My Mosca, upon hearing my brutal options, almost fainted, and seemed suddenly unable to catch his breath. When he regained his composure, he threw me an incredibly false look, closed one pious eyelid and said:
“Monsieur chevalier, it’s not the promise of life and a few coins that will open my lips, but my conscience, which, for the last three months, has been nagging me over this wicked and damnable enterprise on which I have unwillingly embarked, so astonished am I by all the blood that has to be spilt and the pillaging and murder that are supposed to take place here in Paris. In addition to all the horror and great carnage that are planned, it would mean the ruination and dissipation of the state, so that I would profit very little from the great riches that have been promised me if I were to lose my soul into the bargain and had to take the road to hell.”
“I detest this wily rascal,” broke in Giacomi in Italian, adding, “El mangia santi e caga diaboli.”‡
“Mosca,” I asked, in the same curt and cutting tone, “how much did they promise you?”
“Twenty thousand écus.”
“The king will give you an equal amount.”
“Ah, Monsieur chevalier,” replied Mosca, “it’s not the gold that motivates me, but my duty as a natural-born Frenchman, citizen of the first city in France, where my king was crowned and where I pledged my obedience at the time when I served as the lieutenant of the provostry of the Île-de-France. So much so that if some revolt were planned against the state, given the wages and profits that His Majesty bestows on me, I would b
e bound to warn him of it. Given these considerations, together with those that I’ve mentioned, and that I hold very dear to my heart—”
“Repeat those words, I beg you, Mosca—I didn’t quite hear them.”
“Which ones, Monsieur chevalier?” said Mosca, screwing up his eyes.
“The last ones.”
“I hold very dear to my heart.”
“Ah, that’s very good. Go on, I beg you.”
“…I decided to warn the king. But in considering how I’d go about it, I found myself very perplexed and troubled, given the difficulties attendant on it (not to mention the fear of being discovered by the conspirators), so that I remained perplexed and, as it were, sitting on my arse on the ground between two saddles.”
“What do you mean?” I asked.
“Monsieur,” he explained, suddenly opening his eyes wide and looking straight at me, “I couldn’t come to you because you had left on your feigned exile.”

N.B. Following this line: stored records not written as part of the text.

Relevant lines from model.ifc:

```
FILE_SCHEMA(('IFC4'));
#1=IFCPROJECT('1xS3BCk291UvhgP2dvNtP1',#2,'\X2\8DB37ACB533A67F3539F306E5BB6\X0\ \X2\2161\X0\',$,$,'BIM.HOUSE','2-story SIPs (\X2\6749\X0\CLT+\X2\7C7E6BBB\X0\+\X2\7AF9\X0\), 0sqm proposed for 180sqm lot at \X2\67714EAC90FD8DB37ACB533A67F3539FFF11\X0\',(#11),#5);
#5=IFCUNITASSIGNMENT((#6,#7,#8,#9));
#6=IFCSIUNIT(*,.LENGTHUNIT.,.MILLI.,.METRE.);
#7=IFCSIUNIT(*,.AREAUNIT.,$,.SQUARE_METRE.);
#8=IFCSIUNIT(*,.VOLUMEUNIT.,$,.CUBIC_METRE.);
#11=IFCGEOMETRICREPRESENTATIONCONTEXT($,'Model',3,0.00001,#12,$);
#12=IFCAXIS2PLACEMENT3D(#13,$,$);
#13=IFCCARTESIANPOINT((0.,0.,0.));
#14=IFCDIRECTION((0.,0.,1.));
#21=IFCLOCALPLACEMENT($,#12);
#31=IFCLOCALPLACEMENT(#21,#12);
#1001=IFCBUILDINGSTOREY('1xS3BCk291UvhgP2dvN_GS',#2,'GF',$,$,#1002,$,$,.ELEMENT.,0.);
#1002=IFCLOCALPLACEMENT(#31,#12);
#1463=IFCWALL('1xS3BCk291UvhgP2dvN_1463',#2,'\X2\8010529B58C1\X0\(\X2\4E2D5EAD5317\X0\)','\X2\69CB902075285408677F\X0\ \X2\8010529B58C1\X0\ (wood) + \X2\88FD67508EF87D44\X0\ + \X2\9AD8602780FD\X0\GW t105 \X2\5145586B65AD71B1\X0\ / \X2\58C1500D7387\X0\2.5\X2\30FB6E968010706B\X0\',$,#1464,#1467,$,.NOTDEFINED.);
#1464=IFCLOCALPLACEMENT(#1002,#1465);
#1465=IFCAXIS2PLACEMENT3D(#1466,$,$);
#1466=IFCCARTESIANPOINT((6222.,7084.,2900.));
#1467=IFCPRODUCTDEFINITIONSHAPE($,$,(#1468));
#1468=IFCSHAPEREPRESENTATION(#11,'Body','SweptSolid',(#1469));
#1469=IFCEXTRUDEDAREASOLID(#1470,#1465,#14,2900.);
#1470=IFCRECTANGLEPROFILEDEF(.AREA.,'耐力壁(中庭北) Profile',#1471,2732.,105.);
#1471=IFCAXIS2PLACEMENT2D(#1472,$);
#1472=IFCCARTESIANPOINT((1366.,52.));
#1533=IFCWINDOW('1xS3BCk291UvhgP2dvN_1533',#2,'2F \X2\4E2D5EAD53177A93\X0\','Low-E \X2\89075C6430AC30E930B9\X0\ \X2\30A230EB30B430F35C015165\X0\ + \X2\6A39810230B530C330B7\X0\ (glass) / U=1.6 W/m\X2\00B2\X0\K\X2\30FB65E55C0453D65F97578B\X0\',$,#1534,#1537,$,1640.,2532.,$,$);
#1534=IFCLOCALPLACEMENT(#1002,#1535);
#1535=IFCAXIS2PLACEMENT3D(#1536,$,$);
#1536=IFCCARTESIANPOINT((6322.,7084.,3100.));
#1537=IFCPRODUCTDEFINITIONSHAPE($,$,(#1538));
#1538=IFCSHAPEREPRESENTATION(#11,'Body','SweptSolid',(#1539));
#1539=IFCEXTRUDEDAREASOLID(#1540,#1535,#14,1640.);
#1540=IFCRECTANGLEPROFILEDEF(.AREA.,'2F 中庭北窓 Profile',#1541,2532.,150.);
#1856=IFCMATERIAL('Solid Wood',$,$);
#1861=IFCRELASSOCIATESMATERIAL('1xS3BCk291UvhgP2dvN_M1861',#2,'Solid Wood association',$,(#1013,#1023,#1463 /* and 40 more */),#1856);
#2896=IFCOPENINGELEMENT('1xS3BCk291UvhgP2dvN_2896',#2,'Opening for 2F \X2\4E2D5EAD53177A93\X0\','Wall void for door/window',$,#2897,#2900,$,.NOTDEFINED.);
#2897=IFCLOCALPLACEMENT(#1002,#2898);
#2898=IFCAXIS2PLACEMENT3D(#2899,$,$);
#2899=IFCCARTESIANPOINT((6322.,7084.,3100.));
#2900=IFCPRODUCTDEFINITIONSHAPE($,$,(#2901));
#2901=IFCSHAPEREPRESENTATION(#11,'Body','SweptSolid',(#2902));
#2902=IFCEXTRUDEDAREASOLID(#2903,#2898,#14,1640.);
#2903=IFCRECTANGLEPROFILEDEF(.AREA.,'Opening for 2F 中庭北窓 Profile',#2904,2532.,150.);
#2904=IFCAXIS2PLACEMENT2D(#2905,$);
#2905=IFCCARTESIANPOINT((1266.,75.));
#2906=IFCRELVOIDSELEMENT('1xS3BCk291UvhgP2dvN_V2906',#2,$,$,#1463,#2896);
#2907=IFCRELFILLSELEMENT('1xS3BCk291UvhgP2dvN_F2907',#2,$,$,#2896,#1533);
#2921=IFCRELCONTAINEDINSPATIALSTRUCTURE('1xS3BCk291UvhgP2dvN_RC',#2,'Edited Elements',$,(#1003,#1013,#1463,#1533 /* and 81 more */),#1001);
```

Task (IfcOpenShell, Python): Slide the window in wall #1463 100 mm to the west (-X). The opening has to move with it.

```python
import ifcopenshell
import ifcopenshell.api.geometry
import ifcopenshell.util.placement

model = ifcopenshell.open("model.ifc")

window = model.by_id(1533)
opening = window.FillsVoids[0].RelatingOpeningElement
wall = opening.VoidsElements[0].RelatingBuildingElement

wall_matrix = ifcopenshell.util.placement.get_local_placement(wall.ObjectPlacement)
shift = wall_matrix[:3, 0] * -100.0
before = ifcopenshell.util.placement.get_local_placement(window.ObjectPlacement)[:3, 3].copy()

# The window is not placed relative to its opening, so move both.
for product in (opening, window):
    matrix = ifcopenshell.util.placement.get_local_placement(product.ObjectPlacement)
    matrix[:3, 3] += shift
    ifcopenshell.api.geometry.edit_object_placement(model, product=product, matrix=matrix, is_si=False)

after = ifcopenshell.util.placement.get_local_placement(window.ObjectPlacement)[:3, 3]
print("window moved by", (after - before).round(3) + 0.0)

model.write("model_rev.ifc")
```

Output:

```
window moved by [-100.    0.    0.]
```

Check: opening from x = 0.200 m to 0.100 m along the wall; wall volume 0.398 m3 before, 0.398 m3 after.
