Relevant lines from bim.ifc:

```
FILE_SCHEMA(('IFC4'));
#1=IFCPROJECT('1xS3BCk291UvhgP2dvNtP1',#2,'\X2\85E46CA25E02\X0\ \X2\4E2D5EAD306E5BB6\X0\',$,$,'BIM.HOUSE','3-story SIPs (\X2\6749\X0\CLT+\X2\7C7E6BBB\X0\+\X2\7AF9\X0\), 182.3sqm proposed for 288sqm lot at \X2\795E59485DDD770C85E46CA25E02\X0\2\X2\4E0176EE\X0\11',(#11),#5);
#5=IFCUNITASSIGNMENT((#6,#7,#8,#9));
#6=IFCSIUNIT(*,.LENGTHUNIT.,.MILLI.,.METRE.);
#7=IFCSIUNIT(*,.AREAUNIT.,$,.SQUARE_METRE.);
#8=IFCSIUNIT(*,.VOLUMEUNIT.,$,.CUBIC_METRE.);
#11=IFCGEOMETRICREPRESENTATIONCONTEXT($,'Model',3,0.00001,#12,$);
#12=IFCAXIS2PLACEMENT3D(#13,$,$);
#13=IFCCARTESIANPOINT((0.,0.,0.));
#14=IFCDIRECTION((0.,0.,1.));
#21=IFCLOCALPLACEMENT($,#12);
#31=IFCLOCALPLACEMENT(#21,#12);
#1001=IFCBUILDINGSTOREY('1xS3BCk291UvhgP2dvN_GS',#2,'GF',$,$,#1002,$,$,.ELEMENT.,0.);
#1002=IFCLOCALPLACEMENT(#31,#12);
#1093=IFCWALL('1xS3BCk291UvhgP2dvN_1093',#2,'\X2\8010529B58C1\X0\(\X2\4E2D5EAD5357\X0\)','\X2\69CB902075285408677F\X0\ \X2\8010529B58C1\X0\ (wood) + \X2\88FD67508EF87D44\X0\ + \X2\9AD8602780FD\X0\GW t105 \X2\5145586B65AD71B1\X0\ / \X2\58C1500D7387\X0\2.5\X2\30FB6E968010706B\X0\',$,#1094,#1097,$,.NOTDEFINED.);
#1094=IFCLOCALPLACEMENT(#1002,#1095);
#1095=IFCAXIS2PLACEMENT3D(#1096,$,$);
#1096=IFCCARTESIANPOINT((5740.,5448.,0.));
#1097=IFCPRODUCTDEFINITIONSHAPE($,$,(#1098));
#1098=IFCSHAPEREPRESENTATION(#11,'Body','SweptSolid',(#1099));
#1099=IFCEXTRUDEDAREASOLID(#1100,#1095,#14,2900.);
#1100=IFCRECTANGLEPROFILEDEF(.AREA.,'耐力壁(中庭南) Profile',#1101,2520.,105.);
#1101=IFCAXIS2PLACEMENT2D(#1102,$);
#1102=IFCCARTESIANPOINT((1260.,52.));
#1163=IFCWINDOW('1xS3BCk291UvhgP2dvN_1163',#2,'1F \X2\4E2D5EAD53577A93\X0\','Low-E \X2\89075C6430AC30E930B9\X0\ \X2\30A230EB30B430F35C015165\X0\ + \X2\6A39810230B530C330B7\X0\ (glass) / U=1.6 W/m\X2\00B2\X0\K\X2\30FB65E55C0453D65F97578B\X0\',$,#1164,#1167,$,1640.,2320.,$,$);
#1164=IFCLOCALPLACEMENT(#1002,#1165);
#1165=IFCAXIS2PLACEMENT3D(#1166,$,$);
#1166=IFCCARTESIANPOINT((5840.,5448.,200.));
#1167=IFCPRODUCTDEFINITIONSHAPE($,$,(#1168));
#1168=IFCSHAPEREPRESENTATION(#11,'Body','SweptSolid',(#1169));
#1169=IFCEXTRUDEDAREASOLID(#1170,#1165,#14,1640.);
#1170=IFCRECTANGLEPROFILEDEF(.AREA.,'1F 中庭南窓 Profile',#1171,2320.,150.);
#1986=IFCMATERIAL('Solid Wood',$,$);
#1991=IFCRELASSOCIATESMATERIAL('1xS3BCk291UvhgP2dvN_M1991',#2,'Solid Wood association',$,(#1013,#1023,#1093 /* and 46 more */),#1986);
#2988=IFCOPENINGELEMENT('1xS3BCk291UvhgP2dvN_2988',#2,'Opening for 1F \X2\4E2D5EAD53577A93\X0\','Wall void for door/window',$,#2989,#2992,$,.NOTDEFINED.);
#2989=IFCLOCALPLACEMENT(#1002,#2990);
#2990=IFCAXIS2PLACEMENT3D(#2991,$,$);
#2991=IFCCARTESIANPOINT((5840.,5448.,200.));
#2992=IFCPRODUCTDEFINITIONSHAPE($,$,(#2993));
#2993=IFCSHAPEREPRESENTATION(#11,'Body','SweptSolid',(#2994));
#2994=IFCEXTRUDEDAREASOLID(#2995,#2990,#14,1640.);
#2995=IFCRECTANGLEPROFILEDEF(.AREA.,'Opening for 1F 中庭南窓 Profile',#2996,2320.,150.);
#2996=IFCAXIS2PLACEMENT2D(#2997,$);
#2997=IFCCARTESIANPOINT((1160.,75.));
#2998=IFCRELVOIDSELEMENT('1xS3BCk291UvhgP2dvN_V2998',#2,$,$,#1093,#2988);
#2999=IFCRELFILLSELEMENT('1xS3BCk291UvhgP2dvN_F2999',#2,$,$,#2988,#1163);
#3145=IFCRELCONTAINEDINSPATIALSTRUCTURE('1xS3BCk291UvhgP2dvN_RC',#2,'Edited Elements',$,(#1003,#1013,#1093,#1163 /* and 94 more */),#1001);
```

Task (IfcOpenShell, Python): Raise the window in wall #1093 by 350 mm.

```python
import numpy as np
import ifcopenshell
import ifcopenshell.api.geometry
import ifcopenshell.util.placement
import ifcopenshell.util.unit

model = ifcopenshell.open("bim.ifc")
unit_scale = ifcopenshell.util.unit.calculate_unit_scale(model)

window = model.by_guid("1xS3BCk291UvhgP2dvN_1163")
opening = window.FillsVoids[0].RelatingOpeningElement
dz = 0.35 / unit_scale

shift = np.array([0.0, 0.0, dz])
# The window is not placed relative to its opening, so move both.
for product in (opening, window):
    matrix = ifcopenshell.util.placement.get_local_placement(product.ObjectPlacement)
    matrix[:3, 3] += shift
    ifcopenshell.api.geometry.edit_object_placement(model, product=product, matrix=matrix, is_si=False)

print(f"moved by {dz * unit_scale:+.3f} m")

model.write("bim_rev.ifc")
```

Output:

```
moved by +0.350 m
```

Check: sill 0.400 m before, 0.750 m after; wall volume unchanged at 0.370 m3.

At this blow, I remained silent, Giacomi, Miroul and I exchanging astonished glances.
“Mosca,” I said after a moment, “what do you mean, my ‘feigned’ exile? What are you talking about? Who considers it thus?”
“I do, Monsieur chevalier, and the Holy League. The League believes you to be the most faithful and immutable servant of the king, so much so that your house is marked as one of the first to be attacked and pillaged, and its occupants massacred.”
“Bah!” I said, more shaken than I wanted to appear. “We shall see what we shall see! Monsieur Mosca, let’s get back to our subject. Since I was away, why didn’t you warn Chancellor de Villequier, since you know him?”
“But that’s just it! I do know him,” replied Mosca. “Villequier would immediately have warned the queen mother, and she, to cover herself, would have warned the king. After which, the queen mother and Villequier would have persuaded the king that I was paid by the Huguenots and that my entire report was nothing but lies and falsehoods. So I would have risked being tortured by the king or killed by the League, if Villequier had secretly denounced me to them.”